To see all configurable class-options for some <cmd>, use:
    <cmd> --help-all

--debug
    set log level to logging.DEBUG (maximize logging output)
    Equivalent to: [--Application.log_level=10]
--show-config
    Show the application's configuration (human-readable format)
    Equivalent to: [--Application.show_config=True]
--show-config-json
    Show the application's configuration (json format)
    Equivalent to: [--Application.show_config_json=True]
--generate-config
    generate default config file
    Equivalent to: [--JupyterApp.generate_config=True]
-y
    Answer yes to any questions instead of prompting.
    Equivalent to: [--JupyterApp.answer_yes=True]
--execute
    Execute the notebook prior to export.
    Equivalent to: [--ExecutePr

In [21]:
# This will view the resultant Python code mynotebook.py
!cat "mynotebook.py"

cat: mynotebook.py: No such file or directory


The above commands should have created a Python script named `mynotebook.py`. You can submit this script to the queue as follows:

In [22]:
# Do not submit; this is an illustration.
%%qsub
cd $PBS_O_WORKDIR
python mynotebook.py

SyntaxError: invalid syntax (3277707077.py, line 3)

<a name="sec-final"></a>
## 4. Final Notes
This document covered some of the basics of using the JupyterLab environment on the DevCloud. 

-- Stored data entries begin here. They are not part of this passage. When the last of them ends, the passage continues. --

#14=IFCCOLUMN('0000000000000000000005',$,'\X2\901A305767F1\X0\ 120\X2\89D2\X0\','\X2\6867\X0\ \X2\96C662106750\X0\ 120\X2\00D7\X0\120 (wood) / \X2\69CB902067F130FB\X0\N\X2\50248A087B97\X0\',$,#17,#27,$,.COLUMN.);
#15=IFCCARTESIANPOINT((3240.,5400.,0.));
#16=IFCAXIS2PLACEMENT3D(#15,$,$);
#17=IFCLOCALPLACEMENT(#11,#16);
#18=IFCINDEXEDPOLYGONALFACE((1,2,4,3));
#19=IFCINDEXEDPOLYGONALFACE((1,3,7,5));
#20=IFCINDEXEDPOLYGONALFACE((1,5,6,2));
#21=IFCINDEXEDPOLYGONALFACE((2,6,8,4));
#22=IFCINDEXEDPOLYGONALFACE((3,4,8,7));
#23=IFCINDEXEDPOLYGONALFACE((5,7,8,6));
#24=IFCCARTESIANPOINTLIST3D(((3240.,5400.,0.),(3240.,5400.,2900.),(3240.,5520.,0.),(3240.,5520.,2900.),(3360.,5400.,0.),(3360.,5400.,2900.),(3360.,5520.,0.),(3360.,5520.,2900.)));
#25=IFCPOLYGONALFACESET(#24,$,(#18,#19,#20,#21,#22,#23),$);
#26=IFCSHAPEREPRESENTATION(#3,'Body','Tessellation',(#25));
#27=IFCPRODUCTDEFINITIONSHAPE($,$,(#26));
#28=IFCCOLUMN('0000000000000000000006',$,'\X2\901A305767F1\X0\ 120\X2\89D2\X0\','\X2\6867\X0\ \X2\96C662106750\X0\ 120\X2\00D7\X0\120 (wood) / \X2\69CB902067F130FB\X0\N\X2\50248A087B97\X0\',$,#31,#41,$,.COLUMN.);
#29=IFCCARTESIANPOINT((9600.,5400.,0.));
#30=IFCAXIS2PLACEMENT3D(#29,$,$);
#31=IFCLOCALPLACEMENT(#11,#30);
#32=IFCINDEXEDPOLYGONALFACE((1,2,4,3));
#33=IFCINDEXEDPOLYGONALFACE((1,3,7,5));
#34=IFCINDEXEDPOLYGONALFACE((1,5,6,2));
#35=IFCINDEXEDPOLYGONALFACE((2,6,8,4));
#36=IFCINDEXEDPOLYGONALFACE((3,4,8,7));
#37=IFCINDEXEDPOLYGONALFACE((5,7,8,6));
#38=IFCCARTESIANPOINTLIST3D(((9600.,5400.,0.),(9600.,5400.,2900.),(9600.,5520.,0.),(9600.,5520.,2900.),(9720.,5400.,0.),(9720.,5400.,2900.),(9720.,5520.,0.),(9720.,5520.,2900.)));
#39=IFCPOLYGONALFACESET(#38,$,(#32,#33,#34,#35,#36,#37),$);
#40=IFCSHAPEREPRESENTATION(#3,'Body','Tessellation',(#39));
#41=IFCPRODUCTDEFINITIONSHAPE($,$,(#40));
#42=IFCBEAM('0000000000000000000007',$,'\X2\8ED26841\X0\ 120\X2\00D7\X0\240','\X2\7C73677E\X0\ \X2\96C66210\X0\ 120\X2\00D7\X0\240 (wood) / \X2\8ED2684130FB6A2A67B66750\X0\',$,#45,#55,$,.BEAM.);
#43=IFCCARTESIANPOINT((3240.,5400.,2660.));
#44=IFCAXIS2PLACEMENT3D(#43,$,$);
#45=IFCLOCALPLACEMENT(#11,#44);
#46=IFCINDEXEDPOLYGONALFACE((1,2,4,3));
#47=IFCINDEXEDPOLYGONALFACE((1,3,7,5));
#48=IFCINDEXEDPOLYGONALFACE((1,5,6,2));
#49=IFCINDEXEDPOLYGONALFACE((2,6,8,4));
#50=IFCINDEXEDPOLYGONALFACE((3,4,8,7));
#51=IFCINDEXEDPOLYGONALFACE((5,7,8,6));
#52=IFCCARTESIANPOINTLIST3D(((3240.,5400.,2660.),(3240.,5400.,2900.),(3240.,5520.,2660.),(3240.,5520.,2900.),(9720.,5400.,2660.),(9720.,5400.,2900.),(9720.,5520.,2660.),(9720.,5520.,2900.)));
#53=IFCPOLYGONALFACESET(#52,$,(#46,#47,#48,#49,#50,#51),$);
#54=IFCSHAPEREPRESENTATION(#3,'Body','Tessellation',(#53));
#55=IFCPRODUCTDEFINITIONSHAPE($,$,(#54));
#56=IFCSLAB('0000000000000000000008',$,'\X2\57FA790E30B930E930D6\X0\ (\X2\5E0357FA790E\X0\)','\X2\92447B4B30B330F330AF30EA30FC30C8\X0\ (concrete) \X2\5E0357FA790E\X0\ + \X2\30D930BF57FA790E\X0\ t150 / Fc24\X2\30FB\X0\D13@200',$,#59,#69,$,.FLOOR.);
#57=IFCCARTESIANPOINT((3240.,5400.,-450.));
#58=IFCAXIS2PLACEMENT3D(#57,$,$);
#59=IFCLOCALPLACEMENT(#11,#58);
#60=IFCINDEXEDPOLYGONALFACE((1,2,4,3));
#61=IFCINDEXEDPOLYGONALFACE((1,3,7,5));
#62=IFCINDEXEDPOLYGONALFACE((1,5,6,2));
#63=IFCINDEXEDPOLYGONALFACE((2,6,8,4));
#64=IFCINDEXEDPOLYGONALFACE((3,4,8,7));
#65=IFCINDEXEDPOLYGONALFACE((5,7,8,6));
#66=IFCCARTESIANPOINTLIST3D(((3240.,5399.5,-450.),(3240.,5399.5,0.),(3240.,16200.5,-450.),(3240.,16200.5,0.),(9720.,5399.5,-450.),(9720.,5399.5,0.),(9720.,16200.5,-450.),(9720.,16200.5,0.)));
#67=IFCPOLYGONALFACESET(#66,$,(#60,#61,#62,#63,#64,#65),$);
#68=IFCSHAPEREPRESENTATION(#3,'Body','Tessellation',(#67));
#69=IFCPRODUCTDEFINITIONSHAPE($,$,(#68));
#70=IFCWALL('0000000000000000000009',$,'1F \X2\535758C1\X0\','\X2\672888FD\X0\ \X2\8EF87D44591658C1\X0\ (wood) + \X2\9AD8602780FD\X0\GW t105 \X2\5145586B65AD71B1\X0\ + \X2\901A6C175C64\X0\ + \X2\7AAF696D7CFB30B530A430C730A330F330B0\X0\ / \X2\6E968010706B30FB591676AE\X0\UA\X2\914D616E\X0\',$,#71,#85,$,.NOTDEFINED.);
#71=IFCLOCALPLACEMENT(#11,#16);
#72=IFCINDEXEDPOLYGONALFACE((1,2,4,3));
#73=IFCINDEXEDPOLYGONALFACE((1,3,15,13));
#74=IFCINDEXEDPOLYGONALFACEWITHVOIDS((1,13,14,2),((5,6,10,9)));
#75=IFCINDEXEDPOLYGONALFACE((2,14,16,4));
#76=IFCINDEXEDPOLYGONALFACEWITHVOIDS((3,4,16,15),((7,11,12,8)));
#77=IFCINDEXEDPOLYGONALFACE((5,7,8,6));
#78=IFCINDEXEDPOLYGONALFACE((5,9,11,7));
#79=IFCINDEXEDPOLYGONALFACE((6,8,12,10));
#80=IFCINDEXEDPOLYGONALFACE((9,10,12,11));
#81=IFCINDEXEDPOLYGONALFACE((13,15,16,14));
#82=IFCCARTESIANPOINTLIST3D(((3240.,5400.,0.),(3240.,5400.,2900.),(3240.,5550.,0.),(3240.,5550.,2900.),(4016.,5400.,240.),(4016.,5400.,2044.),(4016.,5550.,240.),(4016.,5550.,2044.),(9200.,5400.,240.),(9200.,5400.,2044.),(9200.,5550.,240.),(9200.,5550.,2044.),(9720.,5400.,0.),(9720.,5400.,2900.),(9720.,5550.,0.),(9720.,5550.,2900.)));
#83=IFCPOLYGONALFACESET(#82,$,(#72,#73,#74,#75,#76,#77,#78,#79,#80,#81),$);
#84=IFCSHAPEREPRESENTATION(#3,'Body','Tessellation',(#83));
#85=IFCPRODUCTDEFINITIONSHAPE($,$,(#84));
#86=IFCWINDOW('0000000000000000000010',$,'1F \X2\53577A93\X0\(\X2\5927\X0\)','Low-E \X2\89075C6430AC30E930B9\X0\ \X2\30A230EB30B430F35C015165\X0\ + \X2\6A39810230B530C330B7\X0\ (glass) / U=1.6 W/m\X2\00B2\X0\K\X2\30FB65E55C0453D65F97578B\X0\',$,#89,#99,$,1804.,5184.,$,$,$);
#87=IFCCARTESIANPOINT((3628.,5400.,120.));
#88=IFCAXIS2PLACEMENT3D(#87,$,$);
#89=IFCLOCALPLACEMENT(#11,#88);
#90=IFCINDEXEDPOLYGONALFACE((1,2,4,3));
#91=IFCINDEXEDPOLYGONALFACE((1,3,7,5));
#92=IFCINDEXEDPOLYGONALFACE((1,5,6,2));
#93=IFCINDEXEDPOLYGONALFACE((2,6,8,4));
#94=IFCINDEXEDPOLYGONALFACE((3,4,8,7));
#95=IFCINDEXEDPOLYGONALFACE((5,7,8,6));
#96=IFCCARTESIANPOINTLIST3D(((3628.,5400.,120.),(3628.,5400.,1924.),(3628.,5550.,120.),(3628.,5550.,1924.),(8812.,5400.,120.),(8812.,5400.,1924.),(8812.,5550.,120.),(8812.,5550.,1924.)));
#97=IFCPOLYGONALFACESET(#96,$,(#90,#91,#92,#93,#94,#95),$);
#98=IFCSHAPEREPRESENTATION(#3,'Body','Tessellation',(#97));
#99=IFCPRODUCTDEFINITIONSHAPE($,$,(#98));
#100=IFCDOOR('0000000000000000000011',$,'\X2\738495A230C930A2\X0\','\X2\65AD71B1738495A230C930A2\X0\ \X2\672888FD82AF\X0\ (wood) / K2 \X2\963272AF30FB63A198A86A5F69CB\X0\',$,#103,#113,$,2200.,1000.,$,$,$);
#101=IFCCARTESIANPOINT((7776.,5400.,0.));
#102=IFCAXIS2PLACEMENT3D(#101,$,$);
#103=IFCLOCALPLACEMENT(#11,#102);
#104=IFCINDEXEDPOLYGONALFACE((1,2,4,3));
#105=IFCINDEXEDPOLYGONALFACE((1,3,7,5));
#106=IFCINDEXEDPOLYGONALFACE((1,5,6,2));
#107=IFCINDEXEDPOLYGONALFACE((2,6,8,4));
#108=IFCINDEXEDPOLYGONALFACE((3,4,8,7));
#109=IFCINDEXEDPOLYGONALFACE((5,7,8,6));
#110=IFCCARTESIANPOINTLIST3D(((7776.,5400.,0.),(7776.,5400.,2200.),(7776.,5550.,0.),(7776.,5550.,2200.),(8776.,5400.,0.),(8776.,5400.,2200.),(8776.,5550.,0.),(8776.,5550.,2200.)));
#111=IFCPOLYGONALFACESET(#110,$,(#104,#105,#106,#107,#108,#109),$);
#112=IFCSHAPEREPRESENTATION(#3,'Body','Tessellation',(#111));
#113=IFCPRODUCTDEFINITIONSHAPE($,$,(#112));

JupyterLab is not the only way to access the DevCloud. You can also log in with an SSH client or a file transfer application based on the SSH protocol (e.g., WinSCP or FileZilla). This may be a more convenient access mode for advanced users who already have the code base developed, and who want to execute their code on powerful compute resources.